* **PROBLEM TO WORK ON**:
Every line from the first in the listing below to the line containing "#80=IFCINDEXEDPOLYGONALFACE((5,7,8,6));" is to be repeated exactly, and no line past it.

DATA RECORDS Start Marker

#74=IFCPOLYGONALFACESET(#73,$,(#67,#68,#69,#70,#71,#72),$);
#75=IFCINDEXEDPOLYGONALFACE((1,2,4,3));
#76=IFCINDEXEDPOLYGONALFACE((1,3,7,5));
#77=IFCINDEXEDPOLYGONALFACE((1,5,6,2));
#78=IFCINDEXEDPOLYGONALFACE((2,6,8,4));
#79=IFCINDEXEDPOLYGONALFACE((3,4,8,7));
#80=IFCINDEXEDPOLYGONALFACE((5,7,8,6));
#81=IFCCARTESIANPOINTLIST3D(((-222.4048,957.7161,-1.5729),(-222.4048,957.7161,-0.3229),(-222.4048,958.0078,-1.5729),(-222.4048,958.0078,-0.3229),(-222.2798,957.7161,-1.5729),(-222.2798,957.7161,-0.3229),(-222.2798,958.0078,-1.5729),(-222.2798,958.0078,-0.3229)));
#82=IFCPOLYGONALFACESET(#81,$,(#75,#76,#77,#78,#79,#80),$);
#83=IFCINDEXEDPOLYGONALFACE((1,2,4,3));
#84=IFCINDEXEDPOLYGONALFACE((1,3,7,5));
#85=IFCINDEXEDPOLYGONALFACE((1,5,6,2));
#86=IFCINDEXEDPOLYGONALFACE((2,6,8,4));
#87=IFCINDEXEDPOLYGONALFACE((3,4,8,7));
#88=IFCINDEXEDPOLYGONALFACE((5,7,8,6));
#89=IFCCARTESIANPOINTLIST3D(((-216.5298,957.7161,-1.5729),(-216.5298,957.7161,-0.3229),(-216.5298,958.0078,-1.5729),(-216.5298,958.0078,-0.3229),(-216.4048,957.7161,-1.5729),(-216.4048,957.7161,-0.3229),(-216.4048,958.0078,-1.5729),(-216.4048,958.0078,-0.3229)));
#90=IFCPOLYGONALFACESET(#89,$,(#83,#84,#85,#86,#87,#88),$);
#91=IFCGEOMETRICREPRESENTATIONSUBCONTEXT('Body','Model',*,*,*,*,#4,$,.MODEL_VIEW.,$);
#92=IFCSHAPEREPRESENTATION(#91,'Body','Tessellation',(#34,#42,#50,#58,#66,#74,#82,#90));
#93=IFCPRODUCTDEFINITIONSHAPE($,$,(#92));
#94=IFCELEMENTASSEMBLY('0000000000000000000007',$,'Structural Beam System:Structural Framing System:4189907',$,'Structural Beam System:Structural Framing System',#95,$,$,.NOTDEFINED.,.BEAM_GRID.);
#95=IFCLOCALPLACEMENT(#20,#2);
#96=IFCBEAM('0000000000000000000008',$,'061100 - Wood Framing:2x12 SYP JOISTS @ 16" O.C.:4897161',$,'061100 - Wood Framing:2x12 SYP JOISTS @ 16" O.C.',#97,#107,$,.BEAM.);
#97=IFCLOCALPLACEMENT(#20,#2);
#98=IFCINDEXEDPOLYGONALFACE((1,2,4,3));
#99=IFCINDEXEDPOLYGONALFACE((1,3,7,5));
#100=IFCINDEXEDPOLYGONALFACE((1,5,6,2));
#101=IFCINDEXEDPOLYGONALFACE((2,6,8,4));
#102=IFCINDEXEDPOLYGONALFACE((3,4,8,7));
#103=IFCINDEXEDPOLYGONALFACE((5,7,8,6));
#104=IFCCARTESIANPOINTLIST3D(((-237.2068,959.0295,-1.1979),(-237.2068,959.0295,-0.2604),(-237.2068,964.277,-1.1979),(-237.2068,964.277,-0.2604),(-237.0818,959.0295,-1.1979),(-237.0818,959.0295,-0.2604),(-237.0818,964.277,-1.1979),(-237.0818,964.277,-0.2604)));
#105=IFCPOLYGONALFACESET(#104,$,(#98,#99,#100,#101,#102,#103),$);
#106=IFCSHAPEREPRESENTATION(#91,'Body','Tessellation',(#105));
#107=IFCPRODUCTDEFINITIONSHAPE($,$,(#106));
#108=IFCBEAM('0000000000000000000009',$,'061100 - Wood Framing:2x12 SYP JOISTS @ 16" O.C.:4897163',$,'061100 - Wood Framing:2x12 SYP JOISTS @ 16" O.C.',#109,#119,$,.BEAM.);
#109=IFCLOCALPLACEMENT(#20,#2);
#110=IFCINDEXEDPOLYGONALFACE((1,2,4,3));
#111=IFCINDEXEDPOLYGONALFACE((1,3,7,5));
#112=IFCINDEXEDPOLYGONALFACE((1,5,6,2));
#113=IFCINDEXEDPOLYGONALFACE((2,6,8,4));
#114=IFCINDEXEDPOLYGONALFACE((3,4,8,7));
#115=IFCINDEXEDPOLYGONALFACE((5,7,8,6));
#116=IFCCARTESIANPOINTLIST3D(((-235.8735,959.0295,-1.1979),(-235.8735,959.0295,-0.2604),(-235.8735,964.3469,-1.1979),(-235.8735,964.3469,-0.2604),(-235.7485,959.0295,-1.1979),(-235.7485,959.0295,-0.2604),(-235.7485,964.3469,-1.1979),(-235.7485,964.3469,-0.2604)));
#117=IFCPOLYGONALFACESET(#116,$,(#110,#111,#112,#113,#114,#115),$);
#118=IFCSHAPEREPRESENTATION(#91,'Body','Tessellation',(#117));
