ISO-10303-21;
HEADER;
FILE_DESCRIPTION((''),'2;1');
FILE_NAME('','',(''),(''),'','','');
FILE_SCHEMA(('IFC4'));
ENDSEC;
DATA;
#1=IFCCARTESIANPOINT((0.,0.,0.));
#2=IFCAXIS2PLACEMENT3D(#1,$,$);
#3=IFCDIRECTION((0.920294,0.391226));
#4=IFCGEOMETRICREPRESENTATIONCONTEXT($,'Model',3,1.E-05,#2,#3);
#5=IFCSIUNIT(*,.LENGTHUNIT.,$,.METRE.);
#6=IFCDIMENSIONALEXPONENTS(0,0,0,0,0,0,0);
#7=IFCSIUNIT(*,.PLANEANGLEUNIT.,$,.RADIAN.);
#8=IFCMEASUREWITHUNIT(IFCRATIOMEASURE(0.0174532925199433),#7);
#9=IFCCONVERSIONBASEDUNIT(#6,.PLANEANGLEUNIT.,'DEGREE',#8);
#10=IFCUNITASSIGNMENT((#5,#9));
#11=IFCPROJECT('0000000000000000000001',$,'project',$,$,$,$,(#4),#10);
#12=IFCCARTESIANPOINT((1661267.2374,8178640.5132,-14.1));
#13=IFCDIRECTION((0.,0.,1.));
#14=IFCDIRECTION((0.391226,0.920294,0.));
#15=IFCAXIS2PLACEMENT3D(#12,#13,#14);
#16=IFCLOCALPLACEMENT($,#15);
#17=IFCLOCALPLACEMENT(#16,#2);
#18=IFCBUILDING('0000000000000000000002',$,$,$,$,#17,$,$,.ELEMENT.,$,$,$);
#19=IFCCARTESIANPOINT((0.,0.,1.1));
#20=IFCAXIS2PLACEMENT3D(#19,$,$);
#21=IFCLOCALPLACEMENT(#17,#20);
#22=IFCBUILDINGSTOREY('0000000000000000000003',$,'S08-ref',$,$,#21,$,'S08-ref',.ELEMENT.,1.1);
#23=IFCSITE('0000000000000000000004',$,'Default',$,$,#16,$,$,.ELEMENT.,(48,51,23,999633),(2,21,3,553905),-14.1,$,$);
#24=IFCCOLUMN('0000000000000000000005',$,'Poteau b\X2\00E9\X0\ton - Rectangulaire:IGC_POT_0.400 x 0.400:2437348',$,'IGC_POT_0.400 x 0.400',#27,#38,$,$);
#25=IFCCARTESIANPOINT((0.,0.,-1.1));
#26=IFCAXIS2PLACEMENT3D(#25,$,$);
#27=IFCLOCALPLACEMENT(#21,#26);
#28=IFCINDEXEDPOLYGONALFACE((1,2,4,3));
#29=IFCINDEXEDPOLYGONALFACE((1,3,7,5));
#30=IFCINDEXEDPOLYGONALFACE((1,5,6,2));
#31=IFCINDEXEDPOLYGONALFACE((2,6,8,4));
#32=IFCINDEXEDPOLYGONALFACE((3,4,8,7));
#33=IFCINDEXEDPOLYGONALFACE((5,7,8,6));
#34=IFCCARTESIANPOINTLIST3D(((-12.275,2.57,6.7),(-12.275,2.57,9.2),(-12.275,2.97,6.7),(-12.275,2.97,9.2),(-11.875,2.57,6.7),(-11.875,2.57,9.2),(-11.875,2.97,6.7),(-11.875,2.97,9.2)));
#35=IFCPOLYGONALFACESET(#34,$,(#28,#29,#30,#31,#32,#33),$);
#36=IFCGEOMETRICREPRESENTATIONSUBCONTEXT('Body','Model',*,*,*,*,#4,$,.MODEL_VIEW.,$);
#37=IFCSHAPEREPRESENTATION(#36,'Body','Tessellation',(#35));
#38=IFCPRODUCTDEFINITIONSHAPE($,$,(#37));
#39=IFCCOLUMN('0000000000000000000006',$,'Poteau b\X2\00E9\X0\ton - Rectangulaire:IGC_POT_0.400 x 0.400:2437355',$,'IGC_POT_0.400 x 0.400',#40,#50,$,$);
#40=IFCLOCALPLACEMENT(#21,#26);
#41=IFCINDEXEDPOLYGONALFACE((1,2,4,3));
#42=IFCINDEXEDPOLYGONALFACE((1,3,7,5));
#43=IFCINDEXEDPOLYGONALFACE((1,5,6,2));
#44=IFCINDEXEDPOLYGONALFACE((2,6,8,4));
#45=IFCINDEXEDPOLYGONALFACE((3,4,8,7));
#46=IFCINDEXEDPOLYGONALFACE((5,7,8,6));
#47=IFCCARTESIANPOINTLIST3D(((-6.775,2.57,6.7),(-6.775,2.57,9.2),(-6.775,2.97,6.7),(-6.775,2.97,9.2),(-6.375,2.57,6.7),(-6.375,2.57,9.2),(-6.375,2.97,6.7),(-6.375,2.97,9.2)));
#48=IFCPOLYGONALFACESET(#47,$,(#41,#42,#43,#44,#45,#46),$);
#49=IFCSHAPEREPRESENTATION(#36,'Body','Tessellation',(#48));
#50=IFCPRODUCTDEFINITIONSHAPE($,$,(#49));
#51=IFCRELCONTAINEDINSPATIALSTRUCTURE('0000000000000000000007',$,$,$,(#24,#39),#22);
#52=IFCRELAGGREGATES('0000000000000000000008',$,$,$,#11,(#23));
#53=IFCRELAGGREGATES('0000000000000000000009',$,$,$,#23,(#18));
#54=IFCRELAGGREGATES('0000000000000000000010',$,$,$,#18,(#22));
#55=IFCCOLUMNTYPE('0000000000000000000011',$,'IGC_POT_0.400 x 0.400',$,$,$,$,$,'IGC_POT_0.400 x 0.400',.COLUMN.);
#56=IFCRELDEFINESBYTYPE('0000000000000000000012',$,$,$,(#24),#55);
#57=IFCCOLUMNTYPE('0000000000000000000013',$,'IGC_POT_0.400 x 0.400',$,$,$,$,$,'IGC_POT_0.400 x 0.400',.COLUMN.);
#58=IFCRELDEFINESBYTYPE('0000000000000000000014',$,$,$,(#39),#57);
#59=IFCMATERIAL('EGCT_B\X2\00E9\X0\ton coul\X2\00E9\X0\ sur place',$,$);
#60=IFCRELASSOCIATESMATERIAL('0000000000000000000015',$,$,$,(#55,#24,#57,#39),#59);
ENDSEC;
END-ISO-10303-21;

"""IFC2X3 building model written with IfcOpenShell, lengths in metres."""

from ifc_helpers import new_model, entity, si_unit, converted_unit, direction, frame, origin, origin_2d_with_axis, place, context, subcontext, project, spatial, rectangle, extrude, source, transform, mapped, material, type_object, type_shapes, element, save


model = new_model("IFC2X3")

# Units and contexts
model_context = context("Model", 3, precision=1e-05, world=origin(), true_north=direction((0.920294, 0.391226)))
body_context = subcontext(model_context, "Body", "Model", "MODEL_VIEW")
ifc_project = project(units=[si_unit("LENGTHUNIT", "METRE"), converted_unit("PLANEANGLEUNIT", "DEGREE", entity("IfcRatioMeasure", 0.0174532925199433), si_unit("PLANEANGLEUNIT", "RADIAN"), dimensions=[0, 0, 0, 0, 0, 0, 0])], contexts=[model_context])

# Site, building, storey
site_placement = place(None, frame((1661267.2374, 8178640.5132, -14.1), z_axis=(0.0, 0.0, 1.0), x_axis=(0.391226, 0.920294, 0.0)))
site = spatial("IfcSite", under=ifc_project, at=site_placement, Name="Default", CompositionType="ELEMENT", RefLatitude=(48, 51, 23, 999633), RefLongitude=(2, 21, 3, 553905), RefElevation=-14.1)
building_placement = place(site_placement, origin())
building = spatial("IfcBuilding", under=site, at=building_placement, CompositionType="ELEMENT")
storey_placement = place(building_placement, frame((0.0, 0.0, 1.1)))
storey = spatial("IfcBuildingStorey", under=building, at=storey_placement, Name="S08-ref", LongName="S08-ref", CompositionType="ELEMENT", Elevation=1.1)

# Columns
ifc_material_1 = material(Name="EGCT_Béton coulé sur place")
column_type_1 = type_object("IfcColumnType", Name="IGC_POT_0.400 x 0.400", ElementType="IGC_POT_0.400 x 0.400", PredefinedType="COLUMN", material=ifc_material_1)
shared_shape_1 = source(origin(), body_context, "Body", "SweptSolid", [
    extrude(rectangle(XDim=0.4, YDim=0.4, at=origin_2d_with_axis()), frame((-12.075, 2.77, 6.7), z_axis=(0.0, 0.0, 1.0), x_axis=(0.0, -1.0, 0.0)), (0.0, 0.0, 1.0), 2.5),
])
type_shapes(column_type_1, [shared_shape_1])
column_1_placement = place(storey_placement, frame((0.0, 0.0, -1.1)))
element("IfcColumn", 1, at=column_1_placement, inside=storey, type_object=column_type_1, material=ifc_material_1, Name="Poteau béton - Rectangulaire:IGC_POT_0.400 x 0.400:2437348", ObjectType="IGC_POT_0.400 x 0.400", context=body_context, shape_type="MappedRepresentation", body=[
    mapped(shared_shape_1, transform((0.0, 0.0, 0.0), scale=1.0)),
])
column_type_2 = type_object("IfcColumnType", Name="IGC_POT_0.400 x 0.400", ElementType="IGC_POT_0.400 x 0.400", PredefinedType="COLUMN", material=ifc_material_1)
shared_shape_2 = source(origin(), body_context, "Body", "SweptSolid", [
    extrude(rectangle(XDim=0.4, YDim=0.4, at=origin_2d_with_axis()), frame((-6.575, 2.77, 6.7), z_axis=(0.0, 0.0, 1.0), x_axis=(0.0, -1.0, 0.0)), (0.0, 0.0, 1.0), 2.5),
])
type_shapes(column_type_2, [shared_shape_2])
column_2_placement = place(storey_placement, frame((0.0, 0.0, -1.1)))
element("IfcColumn", 2, at=column_2_placement, inside=storey, type_object=column_type_2, material=ifc_material_1, Name="Poteau béton - Rectangulaire:IGC_POT_0.400 x 0.400:2437355", ObjectType="IGC_POT_0.400 x 0.400", context=body_context, shape_type="MappedRepresentation", body=[
    mapped(shared_shape_2, transform((0.0, 0.0, 0.0), scale=1.0)),
])

save(model, "model.ifc")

DATA RECORDS End Marker

* **ANSWER FOR THIS EXERCISE**:
#74=IFCPOLYGONALFACESET(#73,$,(#67,#68,#69,#70,#71,#72),$);
#75=IFCINDEXEDPOLYGONALFACE((1,2,4,3));
#76=IFCINDEXEDPOLYGONALFACE((1,3,7,5));
#77=IFCINDEXEDPOLYGONALFACE((1,5,6,2));
#78=IFCINDEXEDPOLYGONALFACE((2,6,8,4));
#79=IFCINDEXEDPOLYGONALFACE((3,4,8,7));
#80=IFCINDEXEDPOLYGONALFACE((5,7,8,6));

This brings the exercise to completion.